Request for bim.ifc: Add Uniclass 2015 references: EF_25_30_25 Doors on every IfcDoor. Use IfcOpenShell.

First a look at what the model holds.

```python
import ifcopenshell

model = ifcopenshell.open("bim.ifc")
print(model.schema)
print("classifications:", [c.Name for c in model.by_type("IfcClassification")])
for ifc_class in ("IfcDoor", "IfcRoof", "IfcStair", "IfcWall", "IfcWindow"):
    print(ifc_class, len(model.by_type(ifc_class)))
```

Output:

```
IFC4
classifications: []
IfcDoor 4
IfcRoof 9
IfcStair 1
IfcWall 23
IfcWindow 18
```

```python
import ifcopenshell
import ifcopenshell.api.classification

model = ifcopenshell.open("bim.ifc")

system = ifcopenshell.api.classification.add_classification(model, classification="Uniclass 2015")

codes = {
    "IfcDoor": ("EF_25_30_25", "Doors"),
}
for ifc_class, (code, name) in codes.items():
    products = model.by_type(ifc_class)
    ifcopenshell.api.classification.add_reference(
        model, products=products, classification=system, identification=code, name=name
    )
    print(code, len(products))

model.write("bim_edited.ifc")
```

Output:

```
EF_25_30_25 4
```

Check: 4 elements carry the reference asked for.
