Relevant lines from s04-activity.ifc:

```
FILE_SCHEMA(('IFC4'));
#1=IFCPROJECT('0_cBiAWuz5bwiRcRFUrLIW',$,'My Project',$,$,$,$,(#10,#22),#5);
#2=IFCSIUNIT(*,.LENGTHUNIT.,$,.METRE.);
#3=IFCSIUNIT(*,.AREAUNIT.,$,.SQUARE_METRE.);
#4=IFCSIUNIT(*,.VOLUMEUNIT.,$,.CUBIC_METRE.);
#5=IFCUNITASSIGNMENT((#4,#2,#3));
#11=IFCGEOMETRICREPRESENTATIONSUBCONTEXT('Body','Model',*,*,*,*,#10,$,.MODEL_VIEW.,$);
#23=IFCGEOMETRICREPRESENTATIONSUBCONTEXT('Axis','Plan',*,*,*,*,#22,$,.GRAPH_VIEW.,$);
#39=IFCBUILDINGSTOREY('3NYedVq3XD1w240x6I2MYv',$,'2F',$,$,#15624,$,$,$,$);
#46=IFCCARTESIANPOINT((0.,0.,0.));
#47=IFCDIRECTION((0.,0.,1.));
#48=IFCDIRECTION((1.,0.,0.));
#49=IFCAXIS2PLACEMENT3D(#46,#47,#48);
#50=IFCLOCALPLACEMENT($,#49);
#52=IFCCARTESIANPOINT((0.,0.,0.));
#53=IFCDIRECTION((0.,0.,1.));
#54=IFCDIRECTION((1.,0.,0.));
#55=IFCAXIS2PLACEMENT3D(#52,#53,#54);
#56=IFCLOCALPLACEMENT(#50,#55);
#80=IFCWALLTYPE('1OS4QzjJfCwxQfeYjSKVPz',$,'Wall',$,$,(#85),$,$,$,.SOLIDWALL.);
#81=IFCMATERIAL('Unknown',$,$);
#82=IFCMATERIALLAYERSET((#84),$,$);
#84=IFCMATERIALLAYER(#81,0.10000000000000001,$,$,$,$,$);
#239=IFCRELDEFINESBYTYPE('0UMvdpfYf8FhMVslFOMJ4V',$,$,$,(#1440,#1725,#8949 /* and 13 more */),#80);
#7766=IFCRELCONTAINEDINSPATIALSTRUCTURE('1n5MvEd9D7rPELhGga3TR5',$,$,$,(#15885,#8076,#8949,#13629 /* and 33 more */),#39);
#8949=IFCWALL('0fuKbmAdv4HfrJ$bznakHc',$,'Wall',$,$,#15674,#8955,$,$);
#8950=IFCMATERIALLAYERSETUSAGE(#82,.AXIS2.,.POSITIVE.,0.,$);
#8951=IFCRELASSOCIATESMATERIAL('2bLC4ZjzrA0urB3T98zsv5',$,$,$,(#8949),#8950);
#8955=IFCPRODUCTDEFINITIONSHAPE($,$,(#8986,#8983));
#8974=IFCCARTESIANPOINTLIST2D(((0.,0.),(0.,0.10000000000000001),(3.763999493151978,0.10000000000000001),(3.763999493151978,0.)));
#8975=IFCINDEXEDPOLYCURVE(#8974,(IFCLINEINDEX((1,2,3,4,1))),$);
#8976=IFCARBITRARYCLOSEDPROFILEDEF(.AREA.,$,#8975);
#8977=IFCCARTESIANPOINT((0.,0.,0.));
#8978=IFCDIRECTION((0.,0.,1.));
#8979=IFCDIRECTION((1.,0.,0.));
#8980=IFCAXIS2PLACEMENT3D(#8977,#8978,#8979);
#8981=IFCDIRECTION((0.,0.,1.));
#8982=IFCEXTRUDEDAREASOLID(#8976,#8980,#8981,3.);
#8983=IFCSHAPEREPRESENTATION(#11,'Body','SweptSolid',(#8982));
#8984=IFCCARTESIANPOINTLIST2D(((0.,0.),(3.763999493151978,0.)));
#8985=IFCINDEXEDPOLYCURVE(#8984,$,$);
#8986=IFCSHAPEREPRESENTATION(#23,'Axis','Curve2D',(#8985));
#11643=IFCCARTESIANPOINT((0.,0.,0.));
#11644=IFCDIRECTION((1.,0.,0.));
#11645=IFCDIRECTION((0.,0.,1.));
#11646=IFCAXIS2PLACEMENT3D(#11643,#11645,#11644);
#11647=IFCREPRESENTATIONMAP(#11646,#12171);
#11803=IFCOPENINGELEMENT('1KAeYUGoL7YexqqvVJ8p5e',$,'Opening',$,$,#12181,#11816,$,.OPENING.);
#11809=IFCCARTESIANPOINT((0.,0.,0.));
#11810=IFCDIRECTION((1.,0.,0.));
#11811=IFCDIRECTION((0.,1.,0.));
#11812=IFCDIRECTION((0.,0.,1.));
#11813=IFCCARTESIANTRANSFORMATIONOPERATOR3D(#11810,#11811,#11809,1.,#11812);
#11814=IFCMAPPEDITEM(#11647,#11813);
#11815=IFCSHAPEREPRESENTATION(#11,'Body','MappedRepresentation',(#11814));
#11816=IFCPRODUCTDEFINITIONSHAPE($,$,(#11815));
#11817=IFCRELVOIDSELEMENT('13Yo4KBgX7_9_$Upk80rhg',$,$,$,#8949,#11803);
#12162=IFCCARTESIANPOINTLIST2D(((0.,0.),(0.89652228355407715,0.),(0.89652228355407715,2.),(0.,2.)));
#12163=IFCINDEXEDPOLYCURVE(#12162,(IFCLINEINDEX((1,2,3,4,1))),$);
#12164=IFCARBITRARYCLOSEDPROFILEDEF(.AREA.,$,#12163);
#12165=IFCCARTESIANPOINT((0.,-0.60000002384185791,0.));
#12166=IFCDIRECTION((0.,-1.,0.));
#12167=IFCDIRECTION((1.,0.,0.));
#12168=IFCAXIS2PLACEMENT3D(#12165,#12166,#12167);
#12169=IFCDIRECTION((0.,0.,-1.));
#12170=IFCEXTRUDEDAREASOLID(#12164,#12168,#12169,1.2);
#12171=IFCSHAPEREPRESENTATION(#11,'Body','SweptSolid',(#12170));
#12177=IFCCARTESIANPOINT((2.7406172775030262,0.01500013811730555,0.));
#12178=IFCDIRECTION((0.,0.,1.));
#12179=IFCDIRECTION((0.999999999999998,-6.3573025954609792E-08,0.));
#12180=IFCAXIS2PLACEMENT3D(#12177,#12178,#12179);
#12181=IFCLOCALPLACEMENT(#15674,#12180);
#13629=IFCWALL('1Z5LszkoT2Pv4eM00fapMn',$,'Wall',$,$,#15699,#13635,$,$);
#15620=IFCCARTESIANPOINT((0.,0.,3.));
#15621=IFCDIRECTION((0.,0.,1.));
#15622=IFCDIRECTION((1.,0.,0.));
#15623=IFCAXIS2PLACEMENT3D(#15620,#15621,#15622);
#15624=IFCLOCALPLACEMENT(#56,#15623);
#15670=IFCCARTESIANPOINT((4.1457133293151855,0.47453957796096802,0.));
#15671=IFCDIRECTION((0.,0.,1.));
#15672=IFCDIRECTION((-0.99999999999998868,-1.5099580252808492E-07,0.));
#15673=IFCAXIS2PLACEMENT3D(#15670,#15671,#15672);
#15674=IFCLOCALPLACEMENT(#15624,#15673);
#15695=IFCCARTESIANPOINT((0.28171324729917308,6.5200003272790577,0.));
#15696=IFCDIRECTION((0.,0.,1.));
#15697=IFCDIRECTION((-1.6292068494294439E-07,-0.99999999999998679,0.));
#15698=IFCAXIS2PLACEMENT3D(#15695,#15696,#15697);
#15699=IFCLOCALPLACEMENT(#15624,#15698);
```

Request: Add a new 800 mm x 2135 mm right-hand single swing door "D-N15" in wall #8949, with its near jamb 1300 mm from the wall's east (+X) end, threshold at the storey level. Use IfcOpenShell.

```python
import numpy as np
import ifcopenshell
import ifcopenshell.api.feature
import ifcopenshell.api.geometry
import ifcopenshell.api.root
import ifcopenshell.api.spatial
import ifcopenshell.geom
import ifcopenshell.util.element
import ifcopenshell.util.placement
import ifcopenshell.util.representation
import ifcopenshell.util.shape
import ifcopenshell.util.unit

model = ifcopenshell.open("s04-activity.ifc")
unit_scale = ifcopenshell.util.unit.calculate_unit_scale(model)
settings = ifcopenshell.geom.settings()


def volume(element):
    """Net volume in cubic metres, openings subtracted."""
    shape = ifcopenshell.geom.create_shape(settings, element)
    return ifcopenshell.util.shape.get_volume(shape.geometry)


wall = model.by_guid("0fuKbmAdv4HfrJ$bznakHc")
storey = ifcopenshell.util.element.get_container(wall, ifc_class="IfcBuildingStorey")
context = ifcopenshell.util.representation.get_context(model, "Model", "Body", "MODEL_VIEW")
before = volume(wall)

width, height, from_end, sill = 0.8, 2.135, 1.3, 0.0  # metres

# The wall runs along its own X axis, and the end named is its -X end.
wall_shape = ifcopenshell.geom.create_shape(settings, wall)
x, y, z = ifcopenshell.util.shape.get_vertices(wall_shape.geometry).T
start = x.min() + from_end
face, thickness = float(y.min()), float(y.max() - y.min())
wall_matrix = ifcopenshell.util.placement.get_local_placement(wall.ObjectPlacement)
level = ifcopenshell.util.placement.get_local_placement(storey.ObjectPlacement)[2, 3]


def in_wall(x, y):
    """Placement at x, y metres in the wall's axes, at sill height."""
    matrix = wall_matrix.copy()
    matrix[:, 3] = wall_matrix @ np.array([x / unit_scale, y / unit_scale, 0.0, 1.0])
    matrix[2, 3] = level + sill / unit_scale
    return matrix


# Opening: a box that overshoots both wall faces by 50 mm.
opening = ifcopenshell.api.root.create_entity(model, ifc_class="IfcOpeningElement", predefined_type="OPENING")
box = ifcopenshell.api.geometry.add_wall_representation(
    model, context=context, length=width, height=height, thickness=thickness + 0.1
)
ifcopenshell.api.geometry.assign_representation(model, product=opening, representation=box)
ifcopenshell.api.geometry.edit_object_placement(model, product=opening, matrix=in_wall(start, face - 0.05), is_si=False)
ifcopenshell.api.feature.add_feature(model, feature=opening, element=wall)

door = ifcopenshell.api.root.create_entity(model, ifc_class="IfcDoor", name="D-N15", predefined_type="DOOR")
door.OverallWidth, door.OverallHeight = width / unit_scale, height / unit_scale
door.OperationType = "SINGLE_SWING_RIGHT"
body = ifcopenshell.api.geometry.add_door_representation(
    model,
    context=context,
    overall_width=door.OverallWidth,
    overall_height=door.OverallHeight,
    operation_type="SINGLE_SWING_RIGHT",
    lining_properties={"LiningDepth": thickness / unit_scale, "ThresholdDepth": thickness / unit_scale},
)
ifcopenshell.api.geometry.assign_representation(model, product=door, representation=body)
ifcopenshell.api.spatial.assign_container(model, products=[door], relating_structure=storey)
ifcopenshell.api.feature.add_filling(model, opening=opening, element=door)

# The lining spans the wall, so the door starts at the wall face.
ifcopenshell.api.geometry.edit_object_placement(model, product=door, matrix=in_wall(start, face), is_si=False)

after = volume(wall)

print(f"wall volume {before:.3f} -> {after:.3f} m3")

model.write("s04-activity_v2.ifc")
```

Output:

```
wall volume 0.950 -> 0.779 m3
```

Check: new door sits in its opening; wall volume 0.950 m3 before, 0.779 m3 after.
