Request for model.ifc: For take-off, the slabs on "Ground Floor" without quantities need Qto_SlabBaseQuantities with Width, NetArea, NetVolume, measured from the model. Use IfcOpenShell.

First a look at what the model holds.

```python
import ifcopenshell
import ifcopenshell.util.element
import ifcopenshell.util.unit

model = ifcopenshell.open("model.ifc")
print(model.schema)
for unit_type in ("LENGTHUNIT", "AREAUNIT", "VOLUMEUNIT"):
    print(unit_type, ifcopenshell.util.unit.calculate_unit_scale(model, unit_type))
storey = next(s for s in model.by_type("IfcBuildingStorey") if s.Name == "Ground Floor")
slabs = [e for e in ifcopenshell.util.element.get_decomposition(storey) if e.is_a("IfcSlab")]
for e in sorted(slabs, key=lambda e: e.id()):
    print(e.id(), e.is_a(), e.Name, list(ifcopenshell.util.element.get_psets(e, qtos_only=True)), sep=" | ")
```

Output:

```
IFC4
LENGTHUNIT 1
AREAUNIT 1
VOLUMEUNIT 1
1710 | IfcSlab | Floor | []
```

```python
import ifcopenshell
import ifcopenshell.api.pset
import ifcopenshell.geom
import ifcopenshell.util.element
import ifcopenshell.util.shape
import ifcopenshell.util.unit

model = ifcopenshell.open("model.ifc")
unit_scale = ifcopenshell.util.unit.calculate_unit_scale(model)
area_scale = ifcopenshell.util.unit.calculate_unit_scale(model, "AREAUNIT")
volume_scale = ifcopenshell.util.unit.calculate_unit_scale(model, "VOLUMEUNIT")
settings = ifcopenshell.geom.settings()

storey = next(s for s in model.by_type("IfcBuildingStorey") if s.Name == "Ground Floor")
slabs = [e for e in ifcopenshell.util.element.get_decomposition(storey) if e.is_a("IfcSlab")]

for e in sorted(slabs, key=lambda e: e.id()):
    if ifcopenshell.util.element.get_psets(e, qtos_only=True, should_inherit=False):
        continue
    # Geometry comes back in metres, in the element's own axes.
    shape = ifcopenshell.geom.create_shape(settings, e)
    values = {
        "Width": ifcopenshell.util.shape.get_z(shape.geometry) / unit_scale,
        "NetArea": ifcopenshell.util.shape.get_footprint_area(shape.geometry) / area_scale,
        "NetVolume": ifcopenshell.util.shape.get_volume(shape.geometry) / volume_scale,
    }
    qto = ifcopenshell.api.pset.add_qto(model, product=e, name="Qto_SlabBaseQuantities")
    ifcopenshell.api.pset.edit_qto(model, qto=qto, properties=values)
    print(e.id(), {k: round(v, 3) for k, v in values.items()})

model.write("model_rev.ifc")
```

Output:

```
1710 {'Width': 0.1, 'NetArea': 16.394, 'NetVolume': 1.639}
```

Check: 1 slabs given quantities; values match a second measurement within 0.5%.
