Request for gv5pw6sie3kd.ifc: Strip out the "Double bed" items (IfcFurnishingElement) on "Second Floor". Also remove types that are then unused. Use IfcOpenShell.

First a look at what the model holds.

```python
import ifcopenshell
import ifcopenshell.util.element

model = ifcopenshell.open("gv5pw6sie3kd.ifc")
print(model.schema)
storey = next(s for s in model.by_type("IfcBuildingStorey") if s.Name == "Second Floor")
furniture = [e for e in ifcopenshell.util.element.get_decomposition(storey) if e.is_a("IfcFurnishingElement")]
seen = {}
for e in furniture:
    element_type = ifcopenshell.util.element.get_type(e)
    name = element_type.Name if element_type not in (None, e) else None
    seen[name] = seen.get(name, 0) + 1
for name, count in sorted(seen.items(), key=str):
    print(count, "x", name)
```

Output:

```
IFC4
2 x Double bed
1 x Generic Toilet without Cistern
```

```python
import ifcopenshell
import ifcopenshell.api.root
import ifcopenshell.util.element

model = ifcopenshell.open("gv5pw6sie3kd.ifc")

storey = next(s for s in model.by_type("IfcBuildingStorey") if s.Name == "Second Floor")
furniture = [e for e in ifcopenshell.util.element.get_decomposition(storey) if e.is_a("IfcFurnishingElement")]
targets = [e for e in furniture if (t := ifcopenshell.util.element.get_type(e)) not in (None, e) and t.Name == "Double bed"]
types = {ifcopenshell.util.element.get_type(e) for e in targets} - {None, *targets}

for e in targets:
    ifcopenshell.api.root.remove_product(model, product=e)
print(len(targets), "removed")

unused = [t for t in types if not ifcopenshell.util.element.get_types(t)]
for t in unused:
    ifcopenshell.api.root.remove_product(model, product=t)
print(len(unused), "unused types removed")

model.write("gv5pw6sie3kd_updated.ifc")
```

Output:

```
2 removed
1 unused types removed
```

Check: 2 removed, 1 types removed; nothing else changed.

The problem: Copy out each line of the listing where the string "Check" appears.

Response:
Check: 4 elements carry the reference asked for.
Check: new door sits in its opening; wall volume 0.950 m3 before, 0.779 m3 after.
Check: 1 slabs given quantities; values match a second measurement within 0.5%.
Check: 2 removed, 1 types removed; nothing else changed.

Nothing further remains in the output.